Figure 3-4 shows a network partition that would return inconsistent results to application queries without the membership service, since the application could access one subset of instances without being able to contact the disconnected subset of instances. Any updates made to one subset of instances would not be reflected in the other subset. If an application connects to the host1 data instance, then the query returns results from the host1 and host3 data instances; but any data that resides on the host2 and host4 data instances is not available because there is no connection between the two subsets.

Figure 3-4 Network Partition Failure

Description of Figure 3-4 follows
Description of "Figure 3-4 Network Partition Failure"

If you encounter a network partition, the membership service provides a resolution. Figure 3-5 shows a grid with six instances and three membership servers. A network communications error has split a grid into two subsets where host3.instance1 and host4.instance1 no longer know about or communicate with the rest of the instances. In addition, the ms_host1 membership server is not in communication with the other two membership servers.

For the membership service to work properly to manage the status of a grid, there must be a majority of active membership servers of the total servers created that can communicate with each other in order to work properly. If a membership server fails, the others continue to serve requests as long as a majority is available.

For example:

  • A membership service that consists of three membership servers can handle one membership server failure.

  • A membership service of five membership servers can handle two membership server failures.

  • A membership service of six membership servers can handle only two failures since three membership servers are not a majority.

Note:

When you configure the number of membership servers, you should always create an odd number of membership servers to serve as the membership service. If you have an even number of membership servers and a network partition error occurs, then each subset of a grid might have the same number of membership servers where neither side would have a majority. Thus, both sides of the network partitioned grid would stop working.

If the number of remaining membership servers falls below the number needed for a majority, the remaining membership servers refuse all requests until at least a majority of membership servers are running. In addition, data instances that cannot communicate with the membership service cannot run any transactions. You must research the failure issue and restart any failed membership servers.

Because of the communications failure, the ms_host1 membership server does not know about the other two membership servers. Since there are not enough membership servers to constitute a majority, the ms_host1 membership server can no longer accept incoming requests from the host3.instance1 and host4.instance1 data instances. The host3.instance1 and host4.instance1 data instances cannot run any transactions until the failed membership server is restarted.

Figure 3-5 Network Partition with Membership Service

Description of Figure 3-5 follows
Description of "Figure 3-5 Network Partition with Membership Service"

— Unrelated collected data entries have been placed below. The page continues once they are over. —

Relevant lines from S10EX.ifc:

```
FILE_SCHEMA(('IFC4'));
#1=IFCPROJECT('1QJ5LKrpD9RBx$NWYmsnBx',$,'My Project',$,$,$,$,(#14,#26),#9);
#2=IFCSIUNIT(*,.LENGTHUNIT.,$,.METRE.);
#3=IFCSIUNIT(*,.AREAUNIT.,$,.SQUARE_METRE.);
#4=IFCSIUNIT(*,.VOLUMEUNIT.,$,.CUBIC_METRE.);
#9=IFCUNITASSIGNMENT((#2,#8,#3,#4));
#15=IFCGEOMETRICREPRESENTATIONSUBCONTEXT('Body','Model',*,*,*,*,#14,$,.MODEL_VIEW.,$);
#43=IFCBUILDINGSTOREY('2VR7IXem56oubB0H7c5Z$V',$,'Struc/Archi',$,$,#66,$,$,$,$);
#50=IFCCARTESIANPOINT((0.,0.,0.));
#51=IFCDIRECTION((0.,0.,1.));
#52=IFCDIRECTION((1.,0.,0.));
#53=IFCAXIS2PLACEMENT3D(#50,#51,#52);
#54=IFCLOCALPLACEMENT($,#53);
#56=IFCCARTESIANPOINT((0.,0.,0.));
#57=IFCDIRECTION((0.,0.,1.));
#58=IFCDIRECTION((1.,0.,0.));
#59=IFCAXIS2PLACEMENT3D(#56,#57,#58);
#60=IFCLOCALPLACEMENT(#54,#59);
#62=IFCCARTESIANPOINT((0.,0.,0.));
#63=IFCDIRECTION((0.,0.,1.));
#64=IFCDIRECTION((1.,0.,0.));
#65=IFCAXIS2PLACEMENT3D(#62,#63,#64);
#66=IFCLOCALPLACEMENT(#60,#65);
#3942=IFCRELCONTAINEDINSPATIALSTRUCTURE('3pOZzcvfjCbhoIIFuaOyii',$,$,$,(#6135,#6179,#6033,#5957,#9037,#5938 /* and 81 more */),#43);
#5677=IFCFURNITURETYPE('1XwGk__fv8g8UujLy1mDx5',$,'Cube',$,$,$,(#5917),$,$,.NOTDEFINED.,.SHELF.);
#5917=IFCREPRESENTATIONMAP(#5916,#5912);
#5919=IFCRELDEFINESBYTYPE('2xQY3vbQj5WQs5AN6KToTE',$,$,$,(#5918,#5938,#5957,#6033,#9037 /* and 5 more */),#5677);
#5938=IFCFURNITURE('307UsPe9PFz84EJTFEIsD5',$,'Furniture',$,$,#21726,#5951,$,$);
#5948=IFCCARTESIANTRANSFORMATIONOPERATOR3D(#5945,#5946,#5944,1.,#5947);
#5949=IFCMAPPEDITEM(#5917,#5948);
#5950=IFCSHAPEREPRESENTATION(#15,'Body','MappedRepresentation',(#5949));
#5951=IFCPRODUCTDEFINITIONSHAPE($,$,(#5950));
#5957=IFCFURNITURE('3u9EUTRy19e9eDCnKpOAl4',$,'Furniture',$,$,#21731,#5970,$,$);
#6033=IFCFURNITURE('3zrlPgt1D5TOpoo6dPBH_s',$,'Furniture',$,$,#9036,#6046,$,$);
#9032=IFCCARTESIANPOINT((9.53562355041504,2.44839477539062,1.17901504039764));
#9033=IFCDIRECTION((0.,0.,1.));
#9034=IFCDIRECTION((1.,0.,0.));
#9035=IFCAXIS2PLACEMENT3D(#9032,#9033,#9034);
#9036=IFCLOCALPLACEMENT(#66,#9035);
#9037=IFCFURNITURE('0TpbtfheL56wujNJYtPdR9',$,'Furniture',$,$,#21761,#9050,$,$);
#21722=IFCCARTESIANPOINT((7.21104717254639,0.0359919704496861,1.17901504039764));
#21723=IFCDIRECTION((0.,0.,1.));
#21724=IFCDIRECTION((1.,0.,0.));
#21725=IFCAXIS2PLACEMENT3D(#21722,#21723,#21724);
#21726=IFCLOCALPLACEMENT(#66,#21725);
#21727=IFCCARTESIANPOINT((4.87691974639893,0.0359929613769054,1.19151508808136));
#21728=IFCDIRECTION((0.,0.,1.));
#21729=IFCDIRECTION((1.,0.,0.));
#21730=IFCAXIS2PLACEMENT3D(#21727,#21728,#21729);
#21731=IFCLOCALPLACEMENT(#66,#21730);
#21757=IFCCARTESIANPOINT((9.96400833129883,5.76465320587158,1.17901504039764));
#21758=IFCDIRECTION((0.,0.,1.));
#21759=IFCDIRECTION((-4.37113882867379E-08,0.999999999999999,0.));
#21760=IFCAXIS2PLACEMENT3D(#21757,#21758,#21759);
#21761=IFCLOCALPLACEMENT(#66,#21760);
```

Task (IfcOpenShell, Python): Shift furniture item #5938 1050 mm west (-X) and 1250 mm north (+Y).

```python
import ifcopenshell
import ifcopenshell.api.geometry
import ifcopenshell.util.placement

model = ifcopenshell.open("S10EX.ifc")

item = model.by_guid("307UsPe9PFz84EJTFEIsD5")
matrix = ifcopenshell.util.placement.get_local_placement(item.ObjectPlacement)
matrix[0, 3] -= 1.05
matrix[1, 3] += 1.25
ifcopenshell.api.geometry.edit_object_placement(model, product=item, matrix=matrix, is_si=False)

print(ifcopenshell.util.placement.get_local_placement(item.ObjectPlacement).round(3) + 0.0)

model.write("S10EX_edited.ifc")
```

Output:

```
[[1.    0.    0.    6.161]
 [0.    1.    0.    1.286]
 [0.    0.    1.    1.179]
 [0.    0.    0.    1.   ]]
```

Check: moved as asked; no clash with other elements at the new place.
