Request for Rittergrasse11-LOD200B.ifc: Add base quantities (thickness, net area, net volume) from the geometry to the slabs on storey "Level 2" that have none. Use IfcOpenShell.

First a look at what the model holds.

```python
import ifcopenshell
import ifcopenshell.util.element
import ifcopenshell.util.unit

model = ifcopenshell.open("Rittergrasse11-LOD200B.ifc")
print(model.schema)
for unit_type in ("LENGTHUNIT", "AREAUNIT", "VOLUMEUNIT"):
    print(unit_type, ifcopenshell.util.unit.calculate_unit_scale(model, unit_type))
storey = next(s for s in model.by_type("IfcBuildingStorey") if s.Name == "Level 2")
slabs = [e for e in ifcopenshell.util.element.get_decomposition(storey) if e.is_a("IfcSlab")]
for e in sorted(slabs, key=lambda e: e.id()):
    print(e.id(), e.is_a(), e.Name, list(ifcopenshell.util.element.get_psets(e, qtos_only=True)), sep=" | ")
```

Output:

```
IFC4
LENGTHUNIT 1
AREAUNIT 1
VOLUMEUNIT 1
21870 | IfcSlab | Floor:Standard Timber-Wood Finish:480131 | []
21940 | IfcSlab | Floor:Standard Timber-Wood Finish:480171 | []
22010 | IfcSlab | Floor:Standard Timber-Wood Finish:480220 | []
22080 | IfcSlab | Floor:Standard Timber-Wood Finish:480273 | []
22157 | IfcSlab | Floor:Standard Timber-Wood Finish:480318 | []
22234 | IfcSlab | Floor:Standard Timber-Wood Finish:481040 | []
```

```python
import ifcopenshell
import ifcopenshell.api.pset
import ifcopenshell.geom
import ifcopenshell.util.element
import ifcopenshell.util.shape
import ifcopenshell.util.unit

model = ifcopenshell.open("Rittergrasse11-LOD200B.ifc")
unit_scale = ifcopenshell.util.unit.calculate_unit_scale(model)
area_scale = ifcopenshell.util.unit.calculate_unit_scale(model, "AREAUNIT")
volume_scale = ifcopenshell.util.unit.calculate_unit_scale(model, "VOLUMEUNIT")
settings = ifcopenshell.geom.settings()

storey = next(s for s in model.by_type("IfcBuildingStorey") if s.Name == "Level 2")
slabs = [e for e in ifcopenshell.util.element.get_decomposition(storey) if e.is_a("IfcSlab")]

for e in sorted(slabs, key=lambda e: e.id()):
    if ifcopenshell.util.element.get_psets(e, qtos_only=True, should_inherit=False):
        continue
    # Geometry comes back in metres, in the element's own axes.
    shape = ifcopenshell.geom.create_shape(settings, e)
    values = {
        "Width": ifcopenshell.util.shape.get_z(shape.geometry) / unit_scale,
        "NetArea": ifcopenshell.util.shape.get_footprint_area(shape.geometry) / area_scale,
        "NetVolume": ifcopenshell.util.shape.get_volume(shape.geometry) / volume_scale,
    }
    qto = ifcopenshell.api.pset.add_qto(model, product=e, name="Qto_SlabBaseQuantities")
    ifcopenshell.api.pset.edit_qto(model, qto=qto, properties=values)
    print(e.id(), {k: round(v, 3) for k, v in values.items()})

model.write("Rittergrasse11-LOD200B_v2.ifc")
```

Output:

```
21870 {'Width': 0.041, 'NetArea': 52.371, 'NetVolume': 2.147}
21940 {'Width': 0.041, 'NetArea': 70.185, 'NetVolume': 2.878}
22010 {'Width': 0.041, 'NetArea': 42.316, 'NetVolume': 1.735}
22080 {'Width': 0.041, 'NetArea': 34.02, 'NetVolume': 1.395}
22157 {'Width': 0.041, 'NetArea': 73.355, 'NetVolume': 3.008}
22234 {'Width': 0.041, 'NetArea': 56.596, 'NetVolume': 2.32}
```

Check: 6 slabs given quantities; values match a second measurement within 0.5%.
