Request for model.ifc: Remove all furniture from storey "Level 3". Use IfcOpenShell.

First a look at what the model holds.

```python
import ifcopenshell
import ifcopenshell.util.element

model = ifcopenshell.open("model.ifc")
print(model.schema)
storey = next(s for s in model.by_type("IfcBuildingStorey") if s.Name == "Level 3")
furniture = [e for e in ifcopenshell.util.element.get_decomposition(storey) if e.is_a("IfcFurnishingElement")]
seen = {}
for e in furniture:
    element_type = ifcopenshell.util.element.get_type(e)
    name = element_type.Name if element_type not in (None, e) else None
    seen[name] = seen.get(name, 0) + 1
for name, count in sorted(seen.items(), key=str):
    print(count, "x", name)
```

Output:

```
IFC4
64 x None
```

```python
import ifcopenshell
import ifcopenshell.api.root
import ifcopenshell.util.element

model = ifcopenshell.open("model.ifc")

storey = next(s for s in model.by_type("IfcBuildingStorey") if s.Name == "Level 3")
furniture = [e for e in ifcopenshell.util.element.get_decomposition(storey) if e.is_a("IfcFurnishingElement")]

for e in furniture:
    ifcopenshell.api.root.remove_product(model, product=e)
print(len(furniture), "removed")

model.write("model_rev.ifc")
```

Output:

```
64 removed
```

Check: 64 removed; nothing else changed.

To discover if there may be a network partition, you will see errors in the daemon log about elements losing contact with their membership server.

Once you resolve the connection error that caused your grid to split into two, all of the membership servers reconnect and synchronize the membership information. In our example in Figure 3-5, the ms_host1 membership server rejoins the membership service. After which, the host3.instance1 and host4.instance1 data instances also rejoin this grid as active instances.